Fresh Takes on ‘ Sustainability’ — Except Call It
Neri Oxman, Abrima Erwiah, Tracy Reese, Gabriela Hearst, Eileen Fisher, Karina Givargisoff addressed the issue at U.N. Women USA event.
NEW YORK — “Sustainability” is out and “ecology” is in, so to speak.
“We do not want to sustain. We want to grow, to evolve, to adapt,” said Neri Oxman, a designer, architect, inventor and associate professor at MIT Media Lab who along with earning a PhD in design computation also earned her keep at the Museum of Modern Art, with her work being included in permanent collections in the museum. She focuses on digital fabrication, materials science and synthetic biology applied at scale and across disciplines — including fashion design.
The fashion industry is increasing its awareness, intention and interaction with academia in an ongoing quest for newness and innovative solutions that redefine sustainability.
Oxman was one of six women entrepreneurs harboring a social mission featured on a panel Tuesday night, which also featured Eileen Fisher, sustainability veteran and founder of her eponymous label; Tracy Reese, who is now designing again in her hometown of Detroit under her responsibly minded “Hope for Flowers” collection; Gabriela Hearst, whose upbringing in a remote town in Uruguay informed her label’s “long-term view” and “sustainability” mind- set; and Karina Givargisoff, founder of philanthropic-focused
Mission Magazine.
The conversation was moderated by Abrima Erwiah, who cofounded artisanproduced lifestyle brand Studio One EightyNine alongside Rosario Dawson.
The philanthropic event was hosted at
Pen and Brush (a 125-year-old nonprofit for female writers and artists) by the U.N. Women USA New York chapter, the largest chapter of the U.S. National Committee to U.N. Women, on the cusp of the 25th anniversary of the Beijing Declaration and Platform for Action.
Setting the stage for more women protagonists (or the very least, basic human rights) is the mission of U.N. Women and its subsidiary networks. According to a
May report titled “Unraveling the Fabric Ceiling” from PwC Consulting, only 12.5 percent of apparel and retail apparel companies in the Fortune 1000 are led by women; compared with nearly 18 percent for the financial services industries or some 20 percent in utilities and the aerospace and defense industries.
Fisher, who despite being the head of her business, is accustomed to taking a quieter stance in projecting her company’s mission. As she and her team shared to WWD, she has been taking to the stage more of late.

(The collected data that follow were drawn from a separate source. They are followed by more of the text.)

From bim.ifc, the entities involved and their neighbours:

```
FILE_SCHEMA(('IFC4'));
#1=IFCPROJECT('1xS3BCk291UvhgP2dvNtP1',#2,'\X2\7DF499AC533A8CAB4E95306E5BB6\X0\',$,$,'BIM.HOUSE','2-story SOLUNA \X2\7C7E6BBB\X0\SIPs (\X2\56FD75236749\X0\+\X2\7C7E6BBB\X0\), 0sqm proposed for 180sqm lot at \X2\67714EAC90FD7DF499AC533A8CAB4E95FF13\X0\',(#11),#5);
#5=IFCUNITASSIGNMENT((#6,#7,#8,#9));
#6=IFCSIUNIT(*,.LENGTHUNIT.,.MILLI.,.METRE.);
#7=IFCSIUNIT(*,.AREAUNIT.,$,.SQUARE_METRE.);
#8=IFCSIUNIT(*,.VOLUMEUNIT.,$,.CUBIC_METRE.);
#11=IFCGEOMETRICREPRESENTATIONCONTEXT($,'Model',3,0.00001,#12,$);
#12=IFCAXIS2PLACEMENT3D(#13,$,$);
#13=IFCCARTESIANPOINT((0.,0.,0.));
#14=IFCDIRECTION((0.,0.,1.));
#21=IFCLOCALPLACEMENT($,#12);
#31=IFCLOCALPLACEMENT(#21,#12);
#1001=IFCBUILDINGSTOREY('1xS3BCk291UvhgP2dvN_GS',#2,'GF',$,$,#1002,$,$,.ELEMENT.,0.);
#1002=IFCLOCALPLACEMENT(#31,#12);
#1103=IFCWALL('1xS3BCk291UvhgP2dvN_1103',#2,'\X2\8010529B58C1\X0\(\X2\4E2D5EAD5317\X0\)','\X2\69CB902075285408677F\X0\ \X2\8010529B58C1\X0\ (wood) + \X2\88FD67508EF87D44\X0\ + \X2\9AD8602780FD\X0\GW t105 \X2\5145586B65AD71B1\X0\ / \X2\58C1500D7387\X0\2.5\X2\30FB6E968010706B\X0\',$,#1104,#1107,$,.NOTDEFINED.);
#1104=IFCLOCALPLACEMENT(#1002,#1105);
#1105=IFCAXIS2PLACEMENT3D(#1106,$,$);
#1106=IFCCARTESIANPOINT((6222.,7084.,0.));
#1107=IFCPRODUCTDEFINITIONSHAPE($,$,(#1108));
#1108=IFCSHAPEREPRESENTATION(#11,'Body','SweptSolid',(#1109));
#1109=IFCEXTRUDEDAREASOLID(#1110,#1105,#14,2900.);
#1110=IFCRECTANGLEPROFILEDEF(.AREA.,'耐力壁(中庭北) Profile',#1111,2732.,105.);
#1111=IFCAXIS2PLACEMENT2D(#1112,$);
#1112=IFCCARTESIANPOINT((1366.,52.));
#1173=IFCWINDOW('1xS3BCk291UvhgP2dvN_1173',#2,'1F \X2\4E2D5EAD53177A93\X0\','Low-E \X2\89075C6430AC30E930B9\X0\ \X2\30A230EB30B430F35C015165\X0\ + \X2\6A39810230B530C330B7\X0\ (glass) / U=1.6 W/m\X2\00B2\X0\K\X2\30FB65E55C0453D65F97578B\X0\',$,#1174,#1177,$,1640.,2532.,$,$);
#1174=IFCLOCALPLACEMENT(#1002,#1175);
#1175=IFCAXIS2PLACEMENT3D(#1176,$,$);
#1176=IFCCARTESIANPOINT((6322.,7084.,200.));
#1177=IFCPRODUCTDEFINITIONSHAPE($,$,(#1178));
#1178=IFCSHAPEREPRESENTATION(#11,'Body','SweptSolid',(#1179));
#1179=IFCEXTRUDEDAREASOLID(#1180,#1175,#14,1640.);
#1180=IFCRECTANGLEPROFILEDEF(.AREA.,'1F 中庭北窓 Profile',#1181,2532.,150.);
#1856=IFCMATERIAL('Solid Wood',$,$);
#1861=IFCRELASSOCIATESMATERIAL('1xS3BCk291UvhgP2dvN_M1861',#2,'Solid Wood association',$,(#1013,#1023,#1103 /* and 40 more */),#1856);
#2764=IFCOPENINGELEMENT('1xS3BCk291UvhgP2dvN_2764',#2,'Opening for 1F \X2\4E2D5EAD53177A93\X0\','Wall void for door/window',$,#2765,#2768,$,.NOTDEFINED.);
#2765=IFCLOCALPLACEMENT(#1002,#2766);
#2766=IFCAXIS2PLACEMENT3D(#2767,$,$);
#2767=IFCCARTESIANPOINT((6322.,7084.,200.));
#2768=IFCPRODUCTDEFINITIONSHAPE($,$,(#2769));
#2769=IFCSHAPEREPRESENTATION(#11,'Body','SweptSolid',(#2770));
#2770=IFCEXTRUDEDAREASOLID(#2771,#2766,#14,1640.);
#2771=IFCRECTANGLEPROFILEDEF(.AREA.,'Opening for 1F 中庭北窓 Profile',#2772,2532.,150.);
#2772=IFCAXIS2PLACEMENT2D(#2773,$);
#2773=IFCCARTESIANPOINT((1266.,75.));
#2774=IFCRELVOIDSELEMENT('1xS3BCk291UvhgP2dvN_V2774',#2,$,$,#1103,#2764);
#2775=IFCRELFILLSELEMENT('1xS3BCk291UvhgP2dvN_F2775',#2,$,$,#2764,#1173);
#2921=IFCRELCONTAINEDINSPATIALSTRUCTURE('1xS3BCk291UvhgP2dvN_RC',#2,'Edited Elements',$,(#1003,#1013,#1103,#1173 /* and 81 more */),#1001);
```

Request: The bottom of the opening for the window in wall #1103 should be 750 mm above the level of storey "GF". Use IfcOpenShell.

```python
import numpy as np
import ifcopenshell
import ifcopenshell.api.geometry
import ifcopenshell.geom
import ifcopenshell.util.element
import ifcopenshell.util.placement
import ifcopenshell.util.shape
import ifcopenshell.util.unit

model = ifcopenshell.open("bim.ifc")
unit_scale = ifcopenshell.util.unit.calculate_unit_scale(model)

window = model.by_id(1173)
opening = window.FillsVoids[0].RelatingOpeningElement
storey = ifcopenshell.util.element.get_container(window, ifc_class="IfcBuildingStorey")
level = ifcopenshell.util.placement.get_local_placement(storey.ObjectPlacement)[2, 3]

# The opening's origin need not be at the sill, so measure its lowest point.
shape = ifcopenshell.geom.create_shape(ifcopenshell.geom.settings(), opening)
bottom = ifcopenshell.util.shape.get_shape_bottom_elevation(shape, shape.geometry) / unit_scale
dz = level + 0.75 / unit_scale - bottom

shift = np.array([0.0, 0.0, dz])
# The window is not placed relative to its opening, so move both.
for product in (opening, window):
    matrix = ifcopenshell.util.placement.get_local_placement(product.ObjectPlacement)
    matrix[:3, 3] += shift
    ifcopenshell.api.geometry.edit_object_placement(model, product=product, matrix=matrix, is_si=False)

print(f"moved by {dz * unit_scale:+.3f} m")

model.write("bim_rev.ifc")
```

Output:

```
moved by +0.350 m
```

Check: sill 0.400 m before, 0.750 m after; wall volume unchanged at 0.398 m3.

“I always felt we couldn’t tell our story too loudly, because we’re not perfect,” she said. Fisher talked about a couple of pivotal moments of revelation, the first being a stint living in Japan as a graphic designer wherein wabi-sabi (the art of imperfection) and the longevity of the kimono laid the foundation for her first fashion designs — and uniform dressing.
The second revelation was brought on by a trip to China where the designer witnessed how much water really goes into garment production, even for a simple T-shirt.
In so many words, Fisher turned to her team, but realized as the woman in charge it was her responsibility if she wanted Eileen Fisher to be a company that embedded sustainability into its core. The B Corp recently celebrated a 10-year milestone of its take-back program.
Each woman similarly had this cathartic moment of deciding to do something more. For Hearst, it began with a commitment, a symbol of six bangles stacked on her wrist — each representing the $100,000 she would raise for the charity “Save the Children” toward famine relief efforts in Turkana, Kenya with the help of her retail partners Net-a-porter and Bergdorf Goodman in 2017. The goal was met within two days.
For Reese, it was asking herself: “How can I do better?” She started over, a few times really.
She launched the Tracy Reese label in 1987 with the aid of a loan from her father, then again several years later. But at either time, “I didn’t control the purse strings. A lot of the overall decisions for my company were made by men.”
She started again with “Hope for Flowers,” which is two seasons old and responsibly designed. She also moved back to Detroit, helping to be part of the city’s resurgence with the ISAIC Factory, a sustainable community-minded apparel manufacturing hub. She aims to build an artisan studio next to the factory.